By: Raymund Fernandez January 24,2017 - 07:59 PM

RAYMUND FERNANDEZ

RAYMUND FERNANDEZ

It makes sense that the symbol of justice we abide by is a blindfolded woman with a sword and a balance scale, one respectively for each hand. This symbol makes perfect sense. The symbol incorporates a woman and not a man because woman represents continuity. A woman gives birth and so carries within her no less than the future itself. The blindfold is there to represent a purposive blindness to personal bias. The case to be judged must be taken in its uniqueness. It is not elemental to a predetermined agenda. It cannot be dismissed as a mere single event inside a preset of other events such as a singular goal, such as the war on drugs. Every case must be judged. No particular case can be dismissed as inevitable “collateral damage.”
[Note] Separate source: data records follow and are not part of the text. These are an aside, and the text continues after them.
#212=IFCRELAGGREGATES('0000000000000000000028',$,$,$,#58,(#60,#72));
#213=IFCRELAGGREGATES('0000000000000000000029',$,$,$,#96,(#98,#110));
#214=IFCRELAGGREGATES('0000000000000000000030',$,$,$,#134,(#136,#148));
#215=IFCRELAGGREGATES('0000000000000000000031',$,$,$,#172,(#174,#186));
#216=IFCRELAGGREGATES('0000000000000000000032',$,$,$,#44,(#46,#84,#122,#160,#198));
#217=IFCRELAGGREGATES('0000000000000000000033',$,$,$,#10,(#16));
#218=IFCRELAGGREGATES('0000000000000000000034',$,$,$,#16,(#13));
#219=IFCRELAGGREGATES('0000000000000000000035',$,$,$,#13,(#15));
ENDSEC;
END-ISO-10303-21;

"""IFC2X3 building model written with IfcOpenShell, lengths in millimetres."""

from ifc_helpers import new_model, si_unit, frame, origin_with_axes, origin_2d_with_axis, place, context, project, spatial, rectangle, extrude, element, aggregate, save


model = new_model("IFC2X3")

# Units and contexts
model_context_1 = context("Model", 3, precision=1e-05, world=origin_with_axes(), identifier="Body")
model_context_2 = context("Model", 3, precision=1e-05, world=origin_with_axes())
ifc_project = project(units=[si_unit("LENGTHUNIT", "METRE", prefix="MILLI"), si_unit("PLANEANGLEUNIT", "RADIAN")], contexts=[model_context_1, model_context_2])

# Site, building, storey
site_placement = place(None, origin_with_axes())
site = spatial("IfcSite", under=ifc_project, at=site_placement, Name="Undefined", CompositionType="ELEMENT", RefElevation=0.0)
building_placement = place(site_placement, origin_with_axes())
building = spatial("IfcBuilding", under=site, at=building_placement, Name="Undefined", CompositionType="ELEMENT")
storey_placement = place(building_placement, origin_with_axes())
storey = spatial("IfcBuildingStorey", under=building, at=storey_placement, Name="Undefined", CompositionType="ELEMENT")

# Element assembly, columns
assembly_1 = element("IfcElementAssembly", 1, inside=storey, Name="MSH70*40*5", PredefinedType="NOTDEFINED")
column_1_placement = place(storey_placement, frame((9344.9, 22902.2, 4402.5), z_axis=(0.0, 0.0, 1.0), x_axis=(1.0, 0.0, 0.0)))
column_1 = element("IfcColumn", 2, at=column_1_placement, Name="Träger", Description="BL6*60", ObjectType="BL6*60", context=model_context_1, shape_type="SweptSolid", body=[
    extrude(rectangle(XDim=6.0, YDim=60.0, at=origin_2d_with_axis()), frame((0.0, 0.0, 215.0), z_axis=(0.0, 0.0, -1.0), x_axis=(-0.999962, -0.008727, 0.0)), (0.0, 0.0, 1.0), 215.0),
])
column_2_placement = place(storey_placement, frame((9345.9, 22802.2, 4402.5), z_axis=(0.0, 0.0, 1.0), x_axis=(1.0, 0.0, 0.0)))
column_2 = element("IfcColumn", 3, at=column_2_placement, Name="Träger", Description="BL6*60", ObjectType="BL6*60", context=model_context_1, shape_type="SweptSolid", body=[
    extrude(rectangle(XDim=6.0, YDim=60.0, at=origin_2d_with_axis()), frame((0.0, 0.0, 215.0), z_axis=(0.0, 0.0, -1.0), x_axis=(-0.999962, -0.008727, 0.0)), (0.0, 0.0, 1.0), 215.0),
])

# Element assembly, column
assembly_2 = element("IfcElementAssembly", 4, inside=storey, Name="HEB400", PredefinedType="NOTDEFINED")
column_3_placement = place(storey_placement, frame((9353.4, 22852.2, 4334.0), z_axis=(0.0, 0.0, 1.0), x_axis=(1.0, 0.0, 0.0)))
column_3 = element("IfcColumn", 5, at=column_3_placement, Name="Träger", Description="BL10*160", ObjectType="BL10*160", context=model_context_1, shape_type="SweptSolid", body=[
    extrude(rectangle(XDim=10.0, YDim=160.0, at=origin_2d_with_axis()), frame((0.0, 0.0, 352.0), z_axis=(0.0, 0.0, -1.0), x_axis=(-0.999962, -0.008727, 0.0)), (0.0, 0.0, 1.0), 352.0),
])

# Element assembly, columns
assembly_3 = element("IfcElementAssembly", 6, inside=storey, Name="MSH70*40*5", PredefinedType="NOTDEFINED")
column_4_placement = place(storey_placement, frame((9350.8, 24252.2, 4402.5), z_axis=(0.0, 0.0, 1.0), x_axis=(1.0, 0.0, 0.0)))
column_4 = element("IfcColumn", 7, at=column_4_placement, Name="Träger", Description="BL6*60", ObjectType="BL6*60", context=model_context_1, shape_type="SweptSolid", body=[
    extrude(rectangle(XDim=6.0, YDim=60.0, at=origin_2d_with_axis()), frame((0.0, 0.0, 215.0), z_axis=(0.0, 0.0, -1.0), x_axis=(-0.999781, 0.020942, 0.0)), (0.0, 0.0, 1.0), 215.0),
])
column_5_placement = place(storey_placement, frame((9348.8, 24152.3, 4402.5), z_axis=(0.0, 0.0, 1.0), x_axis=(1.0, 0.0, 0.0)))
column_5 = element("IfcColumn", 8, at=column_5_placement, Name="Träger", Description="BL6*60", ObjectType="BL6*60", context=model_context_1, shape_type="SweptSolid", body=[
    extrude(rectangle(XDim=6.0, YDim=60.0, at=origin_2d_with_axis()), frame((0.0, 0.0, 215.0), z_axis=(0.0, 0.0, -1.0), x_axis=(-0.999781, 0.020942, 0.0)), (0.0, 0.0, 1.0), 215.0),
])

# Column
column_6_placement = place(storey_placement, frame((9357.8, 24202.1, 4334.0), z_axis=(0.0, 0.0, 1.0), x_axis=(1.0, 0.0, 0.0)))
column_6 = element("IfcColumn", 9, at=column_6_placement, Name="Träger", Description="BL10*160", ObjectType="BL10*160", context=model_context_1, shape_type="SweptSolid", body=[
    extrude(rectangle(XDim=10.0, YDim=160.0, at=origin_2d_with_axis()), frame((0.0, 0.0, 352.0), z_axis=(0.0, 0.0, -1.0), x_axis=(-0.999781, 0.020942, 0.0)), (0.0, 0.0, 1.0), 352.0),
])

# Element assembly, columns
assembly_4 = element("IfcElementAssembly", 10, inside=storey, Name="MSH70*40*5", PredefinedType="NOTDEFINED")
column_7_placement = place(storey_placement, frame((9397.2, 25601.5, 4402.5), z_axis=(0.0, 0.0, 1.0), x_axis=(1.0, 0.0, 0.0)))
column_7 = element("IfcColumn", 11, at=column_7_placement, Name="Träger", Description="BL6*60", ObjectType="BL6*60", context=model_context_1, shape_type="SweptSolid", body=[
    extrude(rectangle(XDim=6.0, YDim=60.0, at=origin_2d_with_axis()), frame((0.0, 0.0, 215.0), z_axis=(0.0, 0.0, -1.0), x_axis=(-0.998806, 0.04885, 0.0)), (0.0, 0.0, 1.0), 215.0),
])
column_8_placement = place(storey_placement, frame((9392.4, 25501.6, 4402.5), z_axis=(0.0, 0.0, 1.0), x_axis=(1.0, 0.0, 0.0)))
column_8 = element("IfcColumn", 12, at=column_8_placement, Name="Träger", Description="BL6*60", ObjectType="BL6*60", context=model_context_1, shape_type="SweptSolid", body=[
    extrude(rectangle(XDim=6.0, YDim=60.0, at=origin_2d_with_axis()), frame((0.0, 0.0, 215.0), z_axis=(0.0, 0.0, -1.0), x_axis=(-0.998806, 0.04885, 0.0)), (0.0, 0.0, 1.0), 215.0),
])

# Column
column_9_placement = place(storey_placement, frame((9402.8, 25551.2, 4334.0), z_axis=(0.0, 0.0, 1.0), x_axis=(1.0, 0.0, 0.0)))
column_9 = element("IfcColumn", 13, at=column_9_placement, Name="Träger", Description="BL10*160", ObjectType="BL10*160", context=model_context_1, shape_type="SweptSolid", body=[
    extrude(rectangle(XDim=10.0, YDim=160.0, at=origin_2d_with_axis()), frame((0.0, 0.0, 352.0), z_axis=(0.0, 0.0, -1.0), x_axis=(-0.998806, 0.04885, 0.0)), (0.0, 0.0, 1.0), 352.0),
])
Lady Justice holds a balance scale in her other hand. And the balance scale is there to tell us that justice results from a rational decision applied after the facts of very case are known. This rational decision weighs the value of known facts. It is never perfect because not all facts about every case can be known. But justice, if it civilized, presupposes the urge to fairness, completeness and correctness, as an adjunct to the common good. Justice can only come as a result of the collective will. Consequently, the same justice must be applied to all without regard to race, color and social class. If the scales of justice are not correctly balanced, if they favor the rich and powerful, if they work against the poor, then there can be no justice. There can only be oppression. And justice is defiled. It is raped.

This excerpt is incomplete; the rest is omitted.